There are 2.7% of records with no latitude or longitude. Given we are just doing a basic cartographic explanation, lets just drop these records. Everything else looks okay.

event_plot <- eventloc_wdate %>% 
  filter(complete.cases(.))

Plot

First I’ll attempt to use the ggmap package to download a base map of the earth, then use the predicable ggplot plotting grammar. I recall there are other packages with baked in ‘world’ maps but I’m not sure if they are the right solution for this.

# lets take a look at a base map 
base <- get_map("world", zoom = 1)
ggmap(base)

Worth a shot but I don’t really like this type of map, need to also think about how I’m going to limit its extent.

I googled the answer I found a comment here that helped, using a bounding box and Stamen Maps.

# Stamen terrain map, with bounding box
base <- get_stamenmap(bbox = c(left = -180, 
                               bottom = -80, 
                               right = 179.9999, 
                               top = 85), 
                      zoom = 3,
                      force = TRUE)


ggmap(base) 

This looks good, I might try and trim the bounding box to get rid of Antarctica. Change to black and white for contrast and use a map theme from the ggthemes package.

# Stamen terrain map, with bounding box
base <- get_stamenmap(maptype = 'terrain-background', 
                      bbox = c(left = -180, 
                               bottom = -60, 
                               right = 179.9999, 
                               top = 85), 
                      zoom = 3,
                      color = "bw",
                      force = TRUE)

ggmap(base) +
  theme_map()

This looks heaps better. Lets try to put some of the points of each terrorist attack in a layer on the top.

# attack events as points  
ggmap(base) +
  geom_point(aes(longitude, latitude), data = event_plot) +
  theme_map()

This seems to have worked. I need to try and colour the dots by attack type.
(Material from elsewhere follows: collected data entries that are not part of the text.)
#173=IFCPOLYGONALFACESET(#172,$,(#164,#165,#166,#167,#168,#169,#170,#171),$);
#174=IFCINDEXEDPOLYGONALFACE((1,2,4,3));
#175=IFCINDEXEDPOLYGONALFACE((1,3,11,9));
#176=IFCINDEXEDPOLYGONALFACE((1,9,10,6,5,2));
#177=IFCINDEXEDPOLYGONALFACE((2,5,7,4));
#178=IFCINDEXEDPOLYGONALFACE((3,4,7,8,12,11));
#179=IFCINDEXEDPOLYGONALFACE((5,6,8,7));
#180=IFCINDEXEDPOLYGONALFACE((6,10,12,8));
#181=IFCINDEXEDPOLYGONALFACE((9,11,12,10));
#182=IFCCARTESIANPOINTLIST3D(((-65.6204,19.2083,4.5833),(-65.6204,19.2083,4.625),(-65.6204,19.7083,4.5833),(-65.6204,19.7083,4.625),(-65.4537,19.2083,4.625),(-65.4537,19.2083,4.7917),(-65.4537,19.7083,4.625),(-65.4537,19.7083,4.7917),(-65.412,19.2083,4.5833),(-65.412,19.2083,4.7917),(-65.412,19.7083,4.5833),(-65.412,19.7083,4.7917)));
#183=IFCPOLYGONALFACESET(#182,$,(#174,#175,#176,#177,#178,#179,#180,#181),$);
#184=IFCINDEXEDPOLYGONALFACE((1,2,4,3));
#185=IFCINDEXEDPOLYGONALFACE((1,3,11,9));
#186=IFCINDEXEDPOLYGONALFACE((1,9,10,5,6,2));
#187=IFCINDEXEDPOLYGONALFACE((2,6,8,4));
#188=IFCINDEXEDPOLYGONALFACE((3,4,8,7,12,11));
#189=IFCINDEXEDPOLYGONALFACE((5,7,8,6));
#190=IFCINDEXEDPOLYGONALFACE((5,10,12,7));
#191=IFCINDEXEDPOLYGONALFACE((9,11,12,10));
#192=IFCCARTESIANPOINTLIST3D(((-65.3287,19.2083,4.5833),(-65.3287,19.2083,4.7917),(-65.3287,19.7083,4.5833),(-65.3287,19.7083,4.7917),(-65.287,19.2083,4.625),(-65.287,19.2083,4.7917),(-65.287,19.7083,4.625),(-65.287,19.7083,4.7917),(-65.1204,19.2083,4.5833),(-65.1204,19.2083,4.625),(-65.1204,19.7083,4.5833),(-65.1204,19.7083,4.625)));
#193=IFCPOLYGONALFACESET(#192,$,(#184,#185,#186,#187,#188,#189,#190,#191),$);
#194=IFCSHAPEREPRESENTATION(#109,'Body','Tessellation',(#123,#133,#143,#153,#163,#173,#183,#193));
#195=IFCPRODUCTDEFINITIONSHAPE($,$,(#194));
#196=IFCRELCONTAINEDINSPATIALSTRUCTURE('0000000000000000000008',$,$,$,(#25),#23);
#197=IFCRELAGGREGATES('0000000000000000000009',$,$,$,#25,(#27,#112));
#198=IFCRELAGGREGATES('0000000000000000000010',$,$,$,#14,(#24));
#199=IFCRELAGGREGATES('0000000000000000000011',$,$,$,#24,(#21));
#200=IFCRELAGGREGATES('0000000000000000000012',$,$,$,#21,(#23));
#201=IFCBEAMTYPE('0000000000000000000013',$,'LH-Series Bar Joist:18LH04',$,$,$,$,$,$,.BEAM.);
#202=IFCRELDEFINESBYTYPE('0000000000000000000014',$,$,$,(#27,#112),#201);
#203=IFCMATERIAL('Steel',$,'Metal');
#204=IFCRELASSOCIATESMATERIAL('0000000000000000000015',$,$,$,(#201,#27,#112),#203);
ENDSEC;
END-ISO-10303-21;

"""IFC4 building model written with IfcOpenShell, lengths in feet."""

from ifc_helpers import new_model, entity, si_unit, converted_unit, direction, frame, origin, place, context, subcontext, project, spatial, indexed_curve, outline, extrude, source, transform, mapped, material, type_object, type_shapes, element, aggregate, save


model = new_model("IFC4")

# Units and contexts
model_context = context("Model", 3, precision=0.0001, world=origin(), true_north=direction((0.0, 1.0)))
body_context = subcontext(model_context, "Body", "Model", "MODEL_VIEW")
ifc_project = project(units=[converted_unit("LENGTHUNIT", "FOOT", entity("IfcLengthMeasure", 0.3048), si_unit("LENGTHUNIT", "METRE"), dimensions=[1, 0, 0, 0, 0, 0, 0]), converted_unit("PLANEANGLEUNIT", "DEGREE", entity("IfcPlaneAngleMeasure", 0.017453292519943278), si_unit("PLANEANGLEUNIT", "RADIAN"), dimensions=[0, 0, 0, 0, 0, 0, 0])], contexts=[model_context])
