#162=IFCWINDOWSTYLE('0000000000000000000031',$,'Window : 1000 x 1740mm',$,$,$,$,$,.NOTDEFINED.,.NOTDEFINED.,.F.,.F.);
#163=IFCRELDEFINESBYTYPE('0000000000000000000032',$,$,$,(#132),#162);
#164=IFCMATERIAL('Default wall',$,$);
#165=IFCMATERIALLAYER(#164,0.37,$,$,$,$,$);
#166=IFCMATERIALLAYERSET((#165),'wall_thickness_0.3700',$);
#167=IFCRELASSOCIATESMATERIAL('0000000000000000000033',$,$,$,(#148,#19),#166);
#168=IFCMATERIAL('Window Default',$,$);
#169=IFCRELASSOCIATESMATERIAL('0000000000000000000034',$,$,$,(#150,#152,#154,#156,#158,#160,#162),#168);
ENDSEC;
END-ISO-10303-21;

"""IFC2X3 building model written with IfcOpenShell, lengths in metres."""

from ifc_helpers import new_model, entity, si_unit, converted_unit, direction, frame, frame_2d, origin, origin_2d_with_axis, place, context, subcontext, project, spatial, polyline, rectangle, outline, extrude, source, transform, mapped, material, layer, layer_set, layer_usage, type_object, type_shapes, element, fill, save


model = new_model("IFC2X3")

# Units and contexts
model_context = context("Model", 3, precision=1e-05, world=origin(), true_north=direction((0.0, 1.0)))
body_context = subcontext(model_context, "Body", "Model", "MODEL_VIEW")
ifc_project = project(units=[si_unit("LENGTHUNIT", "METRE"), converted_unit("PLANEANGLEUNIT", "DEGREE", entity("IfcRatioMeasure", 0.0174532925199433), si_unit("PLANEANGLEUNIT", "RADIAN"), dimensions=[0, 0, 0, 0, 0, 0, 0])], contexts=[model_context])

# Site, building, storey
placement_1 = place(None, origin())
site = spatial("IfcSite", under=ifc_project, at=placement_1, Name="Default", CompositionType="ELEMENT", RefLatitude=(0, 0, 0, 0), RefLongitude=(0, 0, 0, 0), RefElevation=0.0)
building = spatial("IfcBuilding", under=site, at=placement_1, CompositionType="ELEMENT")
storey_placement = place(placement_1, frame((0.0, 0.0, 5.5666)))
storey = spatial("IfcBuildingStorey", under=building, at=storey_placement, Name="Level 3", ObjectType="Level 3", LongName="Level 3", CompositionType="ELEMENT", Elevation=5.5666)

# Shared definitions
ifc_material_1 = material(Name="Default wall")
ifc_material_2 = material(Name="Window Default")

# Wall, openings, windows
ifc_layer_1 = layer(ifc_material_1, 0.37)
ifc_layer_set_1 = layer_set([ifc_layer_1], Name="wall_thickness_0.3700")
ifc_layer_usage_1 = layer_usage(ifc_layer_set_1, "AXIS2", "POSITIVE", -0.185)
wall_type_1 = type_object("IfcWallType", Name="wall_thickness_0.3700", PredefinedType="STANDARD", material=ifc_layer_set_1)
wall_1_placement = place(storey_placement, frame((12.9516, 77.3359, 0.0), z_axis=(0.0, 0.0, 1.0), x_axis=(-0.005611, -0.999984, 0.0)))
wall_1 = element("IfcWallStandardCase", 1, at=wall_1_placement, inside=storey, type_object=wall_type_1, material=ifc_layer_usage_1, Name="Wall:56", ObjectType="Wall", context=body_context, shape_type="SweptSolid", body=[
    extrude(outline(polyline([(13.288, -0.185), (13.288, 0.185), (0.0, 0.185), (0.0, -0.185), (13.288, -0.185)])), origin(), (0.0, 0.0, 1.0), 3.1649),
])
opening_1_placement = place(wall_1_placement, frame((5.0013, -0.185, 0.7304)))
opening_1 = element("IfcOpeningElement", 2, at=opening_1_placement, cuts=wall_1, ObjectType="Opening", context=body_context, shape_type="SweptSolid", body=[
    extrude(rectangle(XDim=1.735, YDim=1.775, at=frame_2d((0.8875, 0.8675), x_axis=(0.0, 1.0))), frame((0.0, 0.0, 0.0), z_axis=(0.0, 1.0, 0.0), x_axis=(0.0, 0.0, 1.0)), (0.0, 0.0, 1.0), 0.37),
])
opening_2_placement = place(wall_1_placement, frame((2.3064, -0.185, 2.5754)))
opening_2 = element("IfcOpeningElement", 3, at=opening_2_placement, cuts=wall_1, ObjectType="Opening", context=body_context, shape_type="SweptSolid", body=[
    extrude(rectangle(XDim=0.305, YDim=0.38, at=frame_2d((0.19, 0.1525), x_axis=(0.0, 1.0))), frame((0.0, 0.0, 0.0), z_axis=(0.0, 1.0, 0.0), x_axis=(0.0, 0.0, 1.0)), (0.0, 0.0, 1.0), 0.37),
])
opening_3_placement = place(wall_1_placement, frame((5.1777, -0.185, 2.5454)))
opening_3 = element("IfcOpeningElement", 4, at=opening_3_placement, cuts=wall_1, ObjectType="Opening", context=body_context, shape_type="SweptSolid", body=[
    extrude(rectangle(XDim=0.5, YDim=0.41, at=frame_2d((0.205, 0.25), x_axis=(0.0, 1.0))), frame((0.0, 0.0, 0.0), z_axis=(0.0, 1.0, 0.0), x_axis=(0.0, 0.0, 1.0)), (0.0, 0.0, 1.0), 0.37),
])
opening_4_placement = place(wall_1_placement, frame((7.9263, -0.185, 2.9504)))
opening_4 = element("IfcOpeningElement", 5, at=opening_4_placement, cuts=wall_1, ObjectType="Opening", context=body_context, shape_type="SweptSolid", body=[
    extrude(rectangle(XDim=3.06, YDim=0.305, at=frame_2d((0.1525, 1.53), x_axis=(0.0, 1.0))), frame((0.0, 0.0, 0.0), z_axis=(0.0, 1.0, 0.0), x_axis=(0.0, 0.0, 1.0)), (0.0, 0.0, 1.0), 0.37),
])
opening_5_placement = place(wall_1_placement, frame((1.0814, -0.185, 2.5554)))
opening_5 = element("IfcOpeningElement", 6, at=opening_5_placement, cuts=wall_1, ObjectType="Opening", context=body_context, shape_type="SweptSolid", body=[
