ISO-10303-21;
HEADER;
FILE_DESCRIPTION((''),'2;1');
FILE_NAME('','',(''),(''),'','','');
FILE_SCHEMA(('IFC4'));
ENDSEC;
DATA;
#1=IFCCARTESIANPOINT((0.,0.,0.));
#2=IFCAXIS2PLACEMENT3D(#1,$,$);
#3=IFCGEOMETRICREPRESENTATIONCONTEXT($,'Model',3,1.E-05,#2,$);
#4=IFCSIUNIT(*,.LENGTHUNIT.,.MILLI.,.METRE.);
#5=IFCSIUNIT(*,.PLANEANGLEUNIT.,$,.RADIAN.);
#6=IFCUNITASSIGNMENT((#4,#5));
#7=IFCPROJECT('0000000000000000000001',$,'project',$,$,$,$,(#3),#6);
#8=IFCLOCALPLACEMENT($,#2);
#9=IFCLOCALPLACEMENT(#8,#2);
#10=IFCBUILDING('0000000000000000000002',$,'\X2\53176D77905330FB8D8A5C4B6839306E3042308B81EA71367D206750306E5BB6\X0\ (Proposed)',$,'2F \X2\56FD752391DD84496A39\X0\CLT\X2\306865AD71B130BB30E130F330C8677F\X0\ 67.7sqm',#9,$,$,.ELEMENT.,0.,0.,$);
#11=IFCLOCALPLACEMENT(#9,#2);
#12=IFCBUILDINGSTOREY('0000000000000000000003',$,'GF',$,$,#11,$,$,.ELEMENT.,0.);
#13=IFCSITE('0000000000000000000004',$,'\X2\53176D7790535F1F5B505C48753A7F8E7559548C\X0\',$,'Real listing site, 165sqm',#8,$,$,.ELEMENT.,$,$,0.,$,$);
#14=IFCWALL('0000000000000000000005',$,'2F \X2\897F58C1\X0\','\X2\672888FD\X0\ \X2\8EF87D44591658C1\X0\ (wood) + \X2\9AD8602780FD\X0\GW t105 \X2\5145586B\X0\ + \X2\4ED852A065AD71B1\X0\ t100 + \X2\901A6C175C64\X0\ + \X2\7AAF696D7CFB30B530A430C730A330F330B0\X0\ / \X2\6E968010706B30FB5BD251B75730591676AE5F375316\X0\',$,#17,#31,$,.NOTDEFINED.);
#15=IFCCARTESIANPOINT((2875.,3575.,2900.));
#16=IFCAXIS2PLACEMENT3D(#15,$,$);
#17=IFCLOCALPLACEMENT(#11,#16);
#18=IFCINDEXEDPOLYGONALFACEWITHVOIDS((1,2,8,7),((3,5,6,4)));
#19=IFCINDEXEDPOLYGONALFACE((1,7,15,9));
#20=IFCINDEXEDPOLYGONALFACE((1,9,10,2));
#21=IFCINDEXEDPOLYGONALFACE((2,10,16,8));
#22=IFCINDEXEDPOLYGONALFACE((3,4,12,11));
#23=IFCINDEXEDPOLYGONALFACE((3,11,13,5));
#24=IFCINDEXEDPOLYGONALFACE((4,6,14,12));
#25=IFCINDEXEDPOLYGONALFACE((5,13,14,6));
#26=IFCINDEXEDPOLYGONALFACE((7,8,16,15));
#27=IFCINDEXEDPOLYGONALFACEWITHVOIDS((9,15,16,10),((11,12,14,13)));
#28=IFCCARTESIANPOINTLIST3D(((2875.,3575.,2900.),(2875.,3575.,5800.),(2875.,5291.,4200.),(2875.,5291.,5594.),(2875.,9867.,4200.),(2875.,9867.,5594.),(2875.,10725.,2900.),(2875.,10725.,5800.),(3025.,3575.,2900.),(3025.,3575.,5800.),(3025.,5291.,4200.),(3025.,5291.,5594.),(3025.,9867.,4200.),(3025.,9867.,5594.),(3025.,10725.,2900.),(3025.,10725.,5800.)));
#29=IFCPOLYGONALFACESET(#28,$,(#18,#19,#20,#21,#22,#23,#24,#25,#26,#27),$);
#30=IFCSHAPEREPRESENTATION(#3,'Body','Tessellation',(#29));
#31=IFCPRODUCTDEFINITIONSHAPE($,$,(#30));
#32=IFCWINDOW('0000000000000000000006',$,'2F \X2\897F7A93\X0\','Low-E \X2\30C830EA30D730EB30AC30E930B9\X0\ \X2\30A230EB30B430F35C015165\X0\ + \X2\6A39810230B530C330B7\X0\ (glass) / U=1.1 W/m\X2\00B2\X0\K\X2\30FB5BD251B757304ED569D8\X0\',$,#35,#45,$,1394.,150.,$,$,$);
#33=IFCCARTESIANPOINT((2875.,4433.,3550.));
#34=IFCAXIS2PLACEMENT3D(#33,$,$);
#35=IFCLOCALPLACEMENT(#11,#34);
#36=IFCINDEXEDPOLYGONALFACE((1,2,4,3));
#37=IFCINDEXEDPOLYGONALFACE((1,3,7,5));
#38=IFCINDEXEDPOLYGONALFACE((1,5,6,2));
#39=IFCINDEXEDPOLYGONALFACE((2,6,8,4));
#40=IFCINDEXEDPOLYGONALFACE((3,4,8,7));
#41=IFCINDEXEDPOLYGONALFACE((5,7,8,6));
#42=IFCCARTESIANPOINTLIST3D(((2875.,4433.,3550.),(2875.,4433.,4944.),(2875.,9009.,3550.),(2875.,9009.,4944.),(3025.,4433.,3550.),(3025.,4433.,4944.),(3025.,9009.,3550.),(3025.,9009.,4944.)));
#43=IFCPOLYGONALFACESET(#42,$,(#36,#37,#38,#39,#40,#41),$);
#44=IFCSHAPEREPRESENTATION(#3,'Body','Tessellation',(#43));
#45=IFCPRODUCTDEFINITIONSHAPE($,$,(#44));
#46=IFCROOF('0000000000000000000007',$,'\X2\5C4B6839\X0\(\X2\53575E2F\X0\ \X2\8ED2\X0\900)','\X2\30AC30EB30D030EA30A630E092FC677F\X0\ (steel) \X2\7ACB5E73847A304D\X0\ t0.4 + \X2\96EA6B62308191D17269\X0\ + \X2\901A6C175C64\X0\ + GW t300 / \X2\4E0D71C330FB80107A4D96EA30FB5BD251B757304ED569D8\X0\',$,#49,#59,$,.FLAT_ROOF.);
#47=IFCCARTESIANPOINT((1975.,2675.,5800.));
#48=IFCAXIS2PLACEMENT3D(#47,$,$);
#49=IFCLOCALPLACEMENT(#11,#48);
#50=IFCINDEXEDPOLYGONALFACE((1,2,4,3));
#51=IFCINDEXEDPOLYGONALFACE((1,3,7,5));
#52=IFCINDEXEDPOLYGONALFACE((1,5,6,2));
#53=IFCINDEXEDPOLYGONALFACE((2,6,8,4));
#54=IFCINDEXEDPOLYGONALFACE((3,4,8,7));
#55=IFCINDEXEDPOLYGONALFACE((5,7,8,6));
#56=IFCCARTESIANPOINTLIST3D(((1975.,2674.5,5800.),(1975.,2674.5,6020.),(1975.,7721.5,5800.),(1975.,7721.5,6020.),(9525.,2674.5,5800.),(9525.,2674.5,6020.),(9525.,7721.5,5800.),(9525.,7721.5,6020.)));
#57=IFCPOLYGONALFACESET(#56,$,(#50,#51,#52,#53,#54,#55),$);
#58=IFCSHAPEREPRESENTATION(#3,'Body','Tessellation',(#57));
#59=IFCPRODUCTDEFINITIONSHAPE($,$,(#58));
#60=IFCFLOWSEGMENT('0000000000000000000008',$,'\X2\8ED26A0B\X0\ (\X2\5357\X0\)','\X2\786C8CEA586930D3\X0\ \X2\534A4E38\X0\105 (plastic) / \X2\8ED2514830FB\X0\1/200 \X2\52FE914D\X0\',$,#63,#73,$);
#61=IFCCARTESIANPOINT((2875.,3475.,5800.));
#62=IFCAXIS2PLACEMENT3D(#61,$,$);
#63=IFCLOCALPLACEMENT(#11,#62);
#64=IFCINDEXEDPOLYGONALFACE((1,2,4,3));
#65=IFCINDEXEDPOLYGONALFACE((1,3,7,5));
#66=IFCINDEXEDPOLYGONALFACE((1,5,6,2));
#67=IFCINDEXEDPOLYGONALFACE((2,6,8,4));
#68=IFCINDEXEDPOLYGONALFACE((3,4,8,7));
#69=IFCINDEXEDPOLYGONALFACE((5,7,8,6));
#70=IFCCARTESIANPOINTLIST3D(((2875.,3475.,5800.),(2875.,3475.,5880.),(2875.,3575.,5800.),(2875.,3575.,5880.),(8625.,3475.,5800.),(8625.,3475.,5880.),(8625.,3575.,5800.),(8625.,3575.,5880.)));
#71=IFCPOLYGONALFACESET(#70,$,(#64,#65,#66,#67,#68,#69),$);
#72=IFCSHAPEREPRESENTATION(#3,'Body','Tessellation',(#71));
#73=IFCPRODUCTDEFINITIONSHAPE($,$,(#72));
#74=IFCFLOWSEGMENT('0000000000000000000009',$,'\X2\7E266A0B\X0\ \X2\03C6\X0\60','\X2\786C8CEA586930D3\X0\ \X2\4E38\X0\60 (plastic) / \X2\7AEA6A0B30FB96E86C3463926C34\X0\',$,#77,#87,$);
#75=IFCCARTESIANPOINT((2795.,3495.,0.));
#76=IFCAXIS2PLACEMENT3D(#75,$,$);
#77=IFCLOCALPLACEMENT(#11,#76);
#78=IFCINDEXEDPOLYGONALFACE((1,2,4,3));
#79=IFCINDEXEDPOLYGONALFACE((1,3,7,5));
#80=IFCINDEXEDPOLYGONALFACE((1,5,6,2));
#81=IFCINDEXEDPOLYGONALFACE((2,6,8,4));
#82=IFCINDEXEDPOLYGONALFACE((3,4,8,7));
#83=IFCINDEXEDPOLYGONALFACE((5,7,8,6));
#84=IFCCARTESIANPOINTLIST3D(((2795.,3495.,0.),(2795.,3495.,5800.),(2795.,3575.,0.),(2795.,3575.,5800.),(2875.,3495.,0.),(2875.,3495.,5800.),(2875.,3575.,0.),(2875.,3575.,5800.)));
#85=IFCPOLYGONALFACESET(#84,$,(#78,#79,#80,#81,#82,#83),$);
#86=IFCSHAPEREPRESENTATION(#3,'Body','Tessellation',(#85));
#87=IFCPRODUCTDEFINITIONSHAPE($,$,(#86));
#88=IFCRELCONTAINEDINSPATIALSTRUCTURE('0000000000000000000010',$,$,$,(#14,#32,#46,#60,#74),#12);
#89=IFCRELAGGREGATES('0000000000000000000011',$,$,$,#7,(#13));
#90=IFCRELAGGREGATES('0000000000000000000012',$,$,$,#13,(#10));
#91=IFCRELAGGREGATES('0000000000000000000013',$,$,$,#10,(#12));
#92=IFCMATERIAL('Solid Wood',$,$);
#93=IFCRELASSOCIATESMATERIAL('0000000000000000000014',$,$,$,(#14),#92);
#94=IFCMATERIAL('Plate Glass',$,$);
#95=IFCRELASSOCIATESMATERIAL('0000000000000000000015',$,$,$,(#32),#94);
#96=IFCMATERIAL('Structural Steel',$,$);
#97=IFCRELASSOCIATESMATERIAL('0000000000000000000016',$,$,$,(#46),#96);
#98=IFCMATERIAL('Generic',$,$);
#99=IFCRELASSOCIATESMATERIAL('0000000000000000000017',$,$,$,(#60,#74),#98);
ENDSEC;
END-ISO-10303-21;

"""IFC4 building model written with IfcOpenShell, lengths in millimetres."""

from ifc_helpers import new_model, si_unit, frame, frame_2d, origin, place, context, project, spatial, rectangle, extrude, material, element, fill, save


model = new_model("IFC4")

# Units and contexts
model_context = context("Model", 3, precision=1e-05, world=origin())
ifc_project = project(units=[si_unit("LENGTHUNIT", "METRE", prefix="MILLI"), si_unit("PLANEANGLEUNIT", "RADIAN")], contexts=[model_context])

# Site, building, storey
site_placement = place(None, origin())
site = spatial("IfcSite", under=ifc_project, at=site_placement, Name="北海道弟子屈町美留和", ObjectType="Real listing site, 165sqm", CompositionType="ELEMENT", RefElevation=0.0)
building_placement = place(site_placement, origin())
building = spatial("IfcBuilding", under=site, at=building_placement, Name="北海道・越屋根のある自然素材の家 (Proposed)", ObjectType="2F 国産針葉樹CLTと断熱セメント板 67.7sqm", CompositionType="ELEMENT", ElevationOfRefHeight=0.0, ElevationOfTerrain=0.0)
storey_placement = place(building_placement, origin())
storey = spatial("IfcBuildingStorey", under=building, at=storey_placement, Name="GF", CompositionType="ELEMENT", Elevation=0.0)

# Shared definitions
ifc_material_1 = material(Name="Solid Wood")

# Shared definitions
ifc_material_2 = material(Name="Plate Glass")

# Wall, opening, window
wall_1_placement = place(storey_placement, frame((2875.0, 3575.0, 2900.0)))
wall_1 = element("IfcWall", 1, at=wall_1_placement, inside=storey, material=ifc_material_1, Name="2F 西壁", Description="木製 軸組外壁 (wood) + 高性能GW t105 充填 + 付加断熱 t100 + 通気層 + 窯業系サイディング / 準耐火・寒冷地外皮強化", PredefinedType="NOTDEFINED", context=model_context, shape_type="SweptSolid", body=[
    extrude(rectangle(XDim=150.0, YDim=7150.0, at=frame_2d((75.0, 3575.0))), frame((2875.0, 3575.0, 2900.0)), (0.0, 0.0, 1.0), 2900.0),
])
opening_1_placement = place(storey_placement, frame((2875.0, 4433.0, 3550.0)))
opening_1 = element("IfcOpeningElement", 2, at=opening_1_placement, cuts=wall_1, PredefinedType="NOTDEFINED", context=model_context, shape_type="SweptSolid", body=[
    extrude(rectangle(XDim=150.0, YDim=4576.0, at=frame_2d((75.0, 2288.0))), frame((2875.0, 4433.0, 3550.0)), (0.0, 0.0, 1.0), 1394.0),
])
window_1_placement = place(storey_placement, frame((2875.0, 4433.0, 3550.0)))
window_1 = element("IfcWindow", 3, at=window_1_placement, inside=storey, material=ifc_material_2, Name="2F 西窓", Description="Low-E トリプルガラス アルゴン封入 + 樹脂サッシ (glass) / U=1.1 W/m²K・寒冷地仕様", OverallHeight=1394.0, OverallWidth=150.0, context=model_context, shape_type="SweptSolid", body=[
    extrude(rectangle(XDim=150.0, YDim=4576.0, at=frame_2d((75.0, 2288.0))), frame((2875.0, 4433.0, 3550.0)), (0.0, 0.0, 1.0), 1394.0),
])
fill(opening_1, window_1)

# Roof
ifc_material_3 = material(Name="Structural Steel")
for number, where, name in (
    (4, (1975.0, 2675.0, 5800.0), "屋根(南帯 軒900)"),
):
    element("IfcRoof", number, at=place(storey_placement, frame(where)), inside=storey, material=ifc_material_3, Name=name, Description="ガルバリウム鋼板 (steel) 立平葺き t0.4 + 雪止め金物 + 通気層 + GW t300 / 不燃・耐積雪・寒冷地仕様", PredefinedType="FLAT_ROOF", context=model_context, shape_type="SweptSolid", body=[
        extrude(rectangle(XDim=7550.0, YDim=5047.0, at=frame_2d((3775.0, 2523.0))), frame((1975.0, 2675.0, 5800.0)), (0.0, 0.0, 1.0), 220.0),
    ])

# Flow segments
ifc_material_4 = material(Name="Generic")
flow_segment_1_placement = place(storey_placement, frame((2875.0, 3475.0, 5800.0)))
element("IfcFlowSegment", 5, at=flow_segment_1_placement, inside=storey, material=ifc_material_4, Name="軒樋 (南)", Description="硬質塩ビ 半丸105 (plastic) / 軒先・1/200 勾配", context=model_context, shape_type="SweptSolid", body=[
    extrude(rectangle(XDim=5750.0, YDim=100.0, at=frame_2d((2875.0, 50.0))), frame((2875.0, 3475.0, 5800.0)), (0.0, 0.0, 1.0), 80.0),
])
flow_segment_2_placement = place(storey_placement, frame((2795.0, 3495.0, 0.0)))
element("IfcFlowSegment", 6, at=flow_segment_2_placement, inside=storey, material=ifc_material_4, Name="縦樋 φ60", Description="硬質塩ビ 丸60 (plastic) / 竪樋・雨水排水", context=model_context, shape_type="SweptSolid", body=[
    extrude(rectangle(XDim=80.0, YDim=80.0, at=frame_2d((40.0, 40.0))), frame((2795.0, 3495.0, 0.0)), (0.0, 0.0, 1.0), 5800.0),
])

save(model, "model.ifc")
# attack events as points, by attack type  
ggmap(base) +
  geom_point(aes(longitude, latitude, colour = attacktype1_txt), data = event_plot) +
  theme_map()
## Warning: `panel.margin` is deprecated. Please use `panel.spacing` property
## instead

It’s hard to tell the classes apart due to there being so many levels. I might try to group some of them together using the forcats package.

# recoding attack type  
event_plot <- event_plot %>% 
  mutate(attack.type = fct_recode(attacktype1_txt,
                                  Assault.Assass = "Assassination",
                                  Assault.Assass ="Armed Assault",
                                  Assault.Assass ="Unarmed Assault",
                                  Explosion = "Bombing/Explosion", 
                                  Unknown = "Unknown",
                                  Hostage = "Hostage Taking (Barricade Incident)",
                                  Hostage = "Hostage Taking (Kidnapping)",
                                  Hostage = "Hijacking",
                                  Facility.Attack = "Facility/Infrastructure Attack"
                                  )) %>% 
  arrange(iyear)
  
event_plot %>% count(attack.type)
## # A tibble: 5 x 2
##   attack.type         n
##   <fct>           <int>
## 1 Assault.Assass  57391
## 2 Explosion       81665
## 3 Facility.Attack  9416
## 4 Hostage         11195
## 5 Unknown          6077
ggmap(base) +
  geom_point(aes(longitude, 
                 latitude, 
                 colour = attack.type), 
             data = event_plot) +
  theme_map() 

This is better, but there is overplotting due to the number of data points. I can try:

  • Reducing point size
  • Adding transparency with alpha channel
  • using another geom like geom_count to summarize
# using geom_count and alpha  
ggmap(base) +
  geom_count(aes(longitude, 
                 latitude, 
                 colour = attack.type), 
             data = event_plot,
             alpha = 0.3) +
  guides(colour = guide_legend(override.aes = list(size=3)),
         size = "none") +
  theme_map() 

I’m finding the interpretation a little hard due to the terrain background. If we look at the simplified map package approach we can get a basic grey world map to work with.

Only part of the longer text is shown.